# Gradient Boosting

Gradient Boosting Tree is another ensemble method of decision tree.

It makes trees to complement error of previous tree. This is difference with Random Forest.

Fundamentally, there is not randomness in gradient boosting.

Making **Loss Function** and Optimizing by **Gradient Descent**.


### Parameters

- learning_rate (of gradient descent)

In [1]:
from sklearn.datasets import load_breast_cancer
cancer = load_breast_cancer()

from sklearn.ensemble import GradientBoostingClassifier
from sklearn.model_selection import train_test_split

X_train, X_test, y_train, y_test = train_test_split(cancer.data, cancer.target, random_state=0)

In [2]:
gbrt = GradientBoostingClassifier(random_state=0)
gbrt.fit(X_train, y_train)

print("Train set accuracy: {:.3f}".format(gbrt.score(X_train, y_train)))
print("Test set accuracy: {:.3f}".format(gbrt.score(X_test, y_test)))

Train set accuracy: 1.000
Test set accuracy: 0.958


It is overfitted.

To avoid this, limitation on max depth (pre-prunning), or learning rate can be used.

In [3]:
gbrt = GradientBoostingClassifier(random_state=0, max_depth=1)
gbrt.fit(X_train, y_train)

print("Train set accuracy: {:.3f}".format(gbrt.score(X_train, y_train)))
print("Test set accuracy: {:.3f}".format(gbrt.score(X_test, y_test)))

Train set accuracy: 0.991
Test set accuracy: 0.972


In [4]:
gbrt = GradientBoostingClassifier(random_state=0, learning_rate=0.01)
gbrt.fit(X_train, y_train)

print("Train set accuracy: {:.3f}".format(gbrt.score(X_train, y_train)))
print("Test set accuracy: {:.3f}".format(gbrt.score(X_test, y_test)))

Train set accuracy: 0.988
Test set accuracy: 0.965


Usually, first thing to do is Random Forest which is common to use.

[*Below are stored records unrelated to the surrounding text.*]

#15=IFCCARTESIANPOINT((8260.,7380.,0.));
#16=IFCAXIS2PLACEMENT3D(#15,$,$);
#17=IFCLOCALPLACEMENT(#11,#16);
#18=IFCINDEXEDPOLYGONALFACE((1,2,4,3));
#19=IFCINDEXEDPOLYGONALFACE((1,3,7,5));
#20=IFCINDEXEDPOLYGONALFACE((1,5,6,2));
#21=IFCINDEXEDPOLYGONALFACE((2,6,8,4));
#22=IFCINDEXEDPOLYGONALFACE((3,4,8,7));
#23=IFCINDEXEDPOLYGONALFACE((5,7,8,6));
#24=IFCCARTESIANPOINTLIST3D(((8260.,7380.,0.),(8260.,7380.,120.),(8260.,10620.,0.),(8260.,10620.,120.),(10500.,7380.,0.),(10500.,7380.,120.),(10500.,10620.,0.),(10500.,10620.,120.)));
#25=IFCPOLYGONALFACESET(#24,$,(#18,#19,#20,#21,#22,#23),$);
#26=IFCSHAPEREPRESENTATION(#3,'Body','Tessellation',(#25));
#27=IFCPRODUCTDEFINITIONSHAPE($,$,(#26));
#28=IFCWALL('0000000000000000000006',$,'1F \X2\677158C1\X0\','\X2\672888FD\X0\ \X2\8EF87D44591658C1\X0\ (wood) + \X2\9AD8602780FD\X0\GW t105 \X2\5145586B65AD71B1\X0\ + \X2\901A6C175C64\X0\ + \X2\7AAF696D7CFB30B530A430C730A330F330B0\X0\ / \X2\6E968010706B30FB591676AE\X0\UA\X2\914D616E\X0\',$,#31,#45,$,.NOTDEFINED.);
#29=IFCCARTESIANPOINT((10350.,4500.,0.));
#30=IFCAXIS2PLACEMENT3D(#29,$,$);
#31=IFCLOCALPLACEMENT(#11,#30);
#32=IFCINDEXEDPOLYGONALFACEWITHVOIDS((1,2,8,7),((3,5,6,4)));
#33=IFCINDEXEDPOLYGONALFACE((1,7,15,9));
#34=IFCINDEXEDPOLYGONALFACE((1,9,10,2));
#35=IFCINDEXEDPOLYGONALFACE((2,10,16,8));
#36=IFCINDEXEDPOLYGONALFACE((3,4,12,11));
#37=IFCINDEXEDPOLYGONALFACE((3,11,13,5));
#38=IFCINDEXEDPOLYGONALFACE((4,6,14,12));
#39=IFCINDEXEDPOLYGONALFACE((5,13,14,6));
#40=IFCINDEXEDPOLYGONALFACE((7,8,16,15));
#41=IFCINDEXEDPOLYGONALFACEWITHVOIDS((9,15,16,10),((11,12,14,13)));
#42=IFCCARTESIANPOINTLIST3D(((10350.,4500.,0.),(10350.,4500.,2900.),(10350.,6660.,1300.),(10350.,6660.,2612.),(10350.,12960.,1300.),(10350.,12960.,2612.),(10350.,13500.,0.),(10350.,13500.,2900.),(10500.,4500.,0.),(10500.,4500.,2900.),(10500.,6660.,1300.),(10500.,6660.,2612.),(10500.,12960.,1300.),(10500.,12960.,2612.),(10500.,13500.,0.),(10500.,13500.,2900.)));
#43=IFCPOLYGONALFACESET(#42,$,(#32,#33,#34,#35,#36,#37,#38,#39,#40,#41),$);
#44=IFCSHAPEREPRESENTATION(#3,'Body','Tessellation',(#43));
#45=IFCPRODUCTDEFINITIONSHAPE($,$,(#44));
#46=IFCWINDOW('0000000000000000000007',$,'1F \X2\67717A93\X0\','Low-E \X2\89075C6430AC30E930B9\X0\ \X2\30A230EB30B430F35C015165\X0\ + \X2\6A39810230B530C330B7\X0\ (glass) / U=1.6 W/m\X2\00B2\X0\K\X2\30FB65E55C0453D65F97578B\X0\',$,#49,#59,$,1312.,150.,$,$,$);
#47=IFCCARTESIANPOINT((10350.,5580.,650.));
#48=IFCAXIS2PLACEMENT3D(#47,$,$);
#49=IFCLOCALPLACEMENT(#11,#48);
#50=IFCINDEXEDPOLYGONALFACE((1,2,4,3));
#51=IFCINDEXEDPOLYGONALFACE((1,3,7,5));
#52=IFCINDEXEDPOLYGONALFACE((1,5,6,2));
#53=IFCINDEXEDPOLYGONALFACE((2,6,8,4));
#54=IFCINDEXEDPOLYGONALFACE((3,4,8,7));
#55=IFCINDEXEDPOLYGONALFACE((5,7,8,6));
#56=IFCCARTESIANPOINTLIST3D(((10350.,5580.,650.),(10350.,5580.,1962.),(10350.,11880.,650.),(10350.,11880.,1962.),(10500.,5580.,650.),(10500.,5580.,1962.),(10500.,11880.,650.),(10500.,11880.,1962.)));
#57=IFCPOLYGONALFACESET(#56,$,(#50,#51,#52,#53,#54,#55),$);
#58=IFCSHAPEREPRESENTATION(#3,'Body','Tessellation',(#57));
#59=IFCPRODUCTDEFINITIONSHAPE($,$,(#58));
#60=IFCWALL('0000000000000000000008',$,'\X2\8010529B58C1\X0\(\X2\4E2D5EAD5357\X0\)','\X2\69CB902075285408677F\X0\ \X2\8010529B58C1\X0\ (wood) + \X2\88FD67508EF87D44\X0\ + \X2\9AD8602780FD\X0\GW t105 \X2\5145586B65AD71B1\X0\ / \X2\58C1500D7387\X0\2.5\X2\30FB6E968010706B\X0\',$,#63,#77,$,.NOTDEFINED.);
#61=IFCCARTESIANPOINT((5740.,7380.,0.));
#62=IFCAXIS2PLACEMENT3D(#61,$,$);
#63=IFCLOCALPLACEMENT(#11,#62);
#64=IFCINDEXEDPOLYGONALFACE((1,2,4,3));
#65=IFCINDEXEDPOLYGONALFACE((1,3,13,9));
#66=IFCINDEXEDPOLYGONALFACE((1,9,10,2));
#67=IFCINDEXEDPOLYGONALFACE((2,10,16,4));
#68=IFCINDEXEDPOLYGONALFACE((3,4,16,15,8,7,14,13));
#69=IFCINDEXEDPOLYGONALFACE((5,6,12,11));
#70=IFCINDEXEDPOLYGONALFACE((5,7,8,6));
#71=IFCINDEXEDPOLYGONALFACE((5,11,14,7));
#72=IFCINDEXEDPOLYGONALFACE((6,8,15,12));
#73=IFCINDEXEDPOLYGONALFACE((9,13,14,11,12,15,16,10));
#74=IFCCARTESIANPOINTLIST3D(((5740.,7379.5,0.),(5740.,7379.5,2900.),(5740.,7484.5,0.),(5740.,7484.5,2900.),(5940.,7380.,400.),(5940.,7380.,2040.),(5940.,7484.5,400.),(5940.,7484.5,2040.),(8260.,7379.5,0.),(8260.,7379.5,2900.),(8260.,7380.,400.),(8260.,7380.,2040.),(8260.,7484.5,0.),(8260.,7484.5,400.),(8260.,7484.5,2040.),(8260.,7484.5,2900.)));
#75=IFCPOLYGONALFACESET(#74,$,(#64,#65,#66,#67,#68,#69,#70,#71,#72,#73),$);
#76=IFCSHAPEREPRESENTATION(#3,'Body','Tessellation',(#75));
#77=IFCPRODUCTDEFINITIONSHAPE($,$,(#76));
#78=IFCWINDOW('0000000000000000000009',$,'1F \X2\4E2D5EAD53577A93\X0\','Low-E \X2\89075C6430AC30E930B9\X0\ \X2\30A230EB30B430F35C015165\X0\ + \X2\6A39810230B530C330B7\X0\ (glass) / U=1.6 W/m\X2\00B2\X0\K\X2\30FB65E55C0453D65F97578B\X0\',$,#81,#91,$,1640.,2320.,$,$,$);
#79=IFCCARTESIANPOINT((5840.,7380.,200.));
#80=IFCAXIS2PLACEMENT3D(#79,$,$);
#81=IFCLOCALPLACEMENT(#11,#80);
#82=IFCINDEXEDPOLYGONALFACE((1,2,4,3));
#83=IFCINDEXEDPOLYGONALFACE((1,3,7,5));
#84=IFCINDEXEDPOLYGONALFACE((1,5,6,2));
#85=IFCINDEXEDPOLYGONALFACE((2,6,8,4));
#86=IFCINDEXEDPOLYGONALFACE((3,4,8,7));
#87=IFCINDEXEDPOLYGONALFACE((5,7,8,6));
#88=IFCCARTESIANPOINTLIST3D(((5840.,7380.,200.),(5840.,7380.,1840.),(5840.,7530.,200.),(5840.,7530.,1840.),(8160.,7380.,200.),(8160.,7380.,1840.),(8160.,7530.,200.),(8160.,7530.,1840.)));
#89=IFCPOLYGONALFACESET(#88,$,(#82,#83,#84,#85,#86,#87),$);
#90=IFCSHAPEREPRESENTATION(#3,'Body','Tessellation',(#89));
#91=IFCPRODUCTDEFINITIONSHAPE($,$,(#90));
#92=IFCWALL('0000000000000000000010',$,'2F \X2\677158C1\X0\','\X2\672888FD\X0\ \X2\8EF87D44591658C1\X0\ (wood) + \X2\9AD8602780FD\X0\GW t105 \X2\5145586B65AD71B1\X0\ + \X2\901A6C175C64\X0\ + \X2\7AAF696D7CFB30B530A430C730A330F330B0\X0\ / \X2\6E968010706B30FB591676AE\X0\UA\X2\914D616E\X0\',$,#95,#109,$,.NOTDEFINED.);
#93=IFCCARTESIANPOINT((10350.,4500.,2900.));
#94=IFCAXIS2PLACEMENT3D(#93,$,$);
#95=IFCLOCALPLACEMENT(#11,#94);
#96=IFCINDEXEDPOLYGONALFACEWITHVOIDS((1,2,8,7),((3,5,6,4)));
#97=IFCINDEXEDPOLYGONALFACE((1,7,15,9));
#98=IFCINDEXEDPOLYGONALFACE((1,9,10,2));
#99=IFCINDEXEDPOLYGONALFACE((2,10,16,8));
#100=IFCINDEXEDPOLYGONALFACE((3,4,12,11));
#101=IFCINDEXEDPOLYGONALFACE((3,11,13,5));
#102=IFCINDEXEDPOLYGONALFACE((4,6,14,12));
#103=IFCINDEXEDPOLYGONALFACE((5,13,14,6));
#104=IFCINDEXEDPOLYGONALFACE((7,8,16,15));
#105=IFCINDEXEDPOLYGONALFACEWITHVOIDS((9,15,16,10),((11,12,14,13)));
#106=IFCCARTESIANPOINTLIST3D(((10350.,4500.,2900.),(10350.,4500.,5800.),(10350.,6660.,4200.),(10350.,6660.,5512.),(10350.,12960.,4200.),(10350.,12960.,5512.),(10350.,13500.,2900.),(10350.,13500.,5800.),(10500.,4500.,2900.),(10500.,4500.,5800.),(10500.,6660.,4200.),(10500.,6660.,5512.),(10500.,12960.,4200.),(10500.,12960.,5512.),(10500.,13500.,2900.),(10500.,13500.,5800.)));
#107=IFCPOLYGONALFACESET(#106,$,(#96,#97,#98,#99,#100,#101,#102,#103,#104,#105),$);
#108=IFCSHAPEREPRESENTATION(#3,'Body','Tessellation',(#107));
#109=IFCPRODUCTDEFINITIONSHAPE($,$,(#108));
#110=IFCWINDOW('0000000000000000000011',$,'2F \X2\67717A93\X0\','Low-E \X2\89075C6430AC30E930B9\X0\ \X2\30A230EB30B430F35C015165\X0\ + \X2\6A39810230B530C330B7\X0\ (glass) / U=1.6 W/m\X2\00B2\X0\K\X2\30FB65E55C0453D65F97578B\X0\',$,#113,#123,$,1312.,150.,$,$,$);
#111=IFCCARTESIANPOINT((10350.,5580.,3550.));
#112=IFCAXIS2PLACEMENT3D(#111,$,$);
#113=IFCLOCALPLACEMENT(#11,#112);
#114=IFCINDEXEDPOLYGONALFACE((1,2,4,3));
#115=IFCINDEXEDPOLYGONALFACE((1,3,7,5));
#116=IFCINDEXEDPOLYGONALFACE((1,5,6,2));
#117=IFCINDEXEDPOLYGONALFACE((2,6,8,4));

But for squeezing performance of model, Gradient Boosting can be used.

And **xgboost** is more preferable in real machine learning problem.

## Tip for parameter tune.

n_estimators and learning_rate are mainly influence on model.

In Random Forest, the n_estimators is bigger, the better.

But in gradient boosting, it cause overfitting. So, after set proper n_estimators, find proper learning rate.


Commonly, max_depth(or max_leaf_nodes) is set with very small number in gradient boosting(<= 5).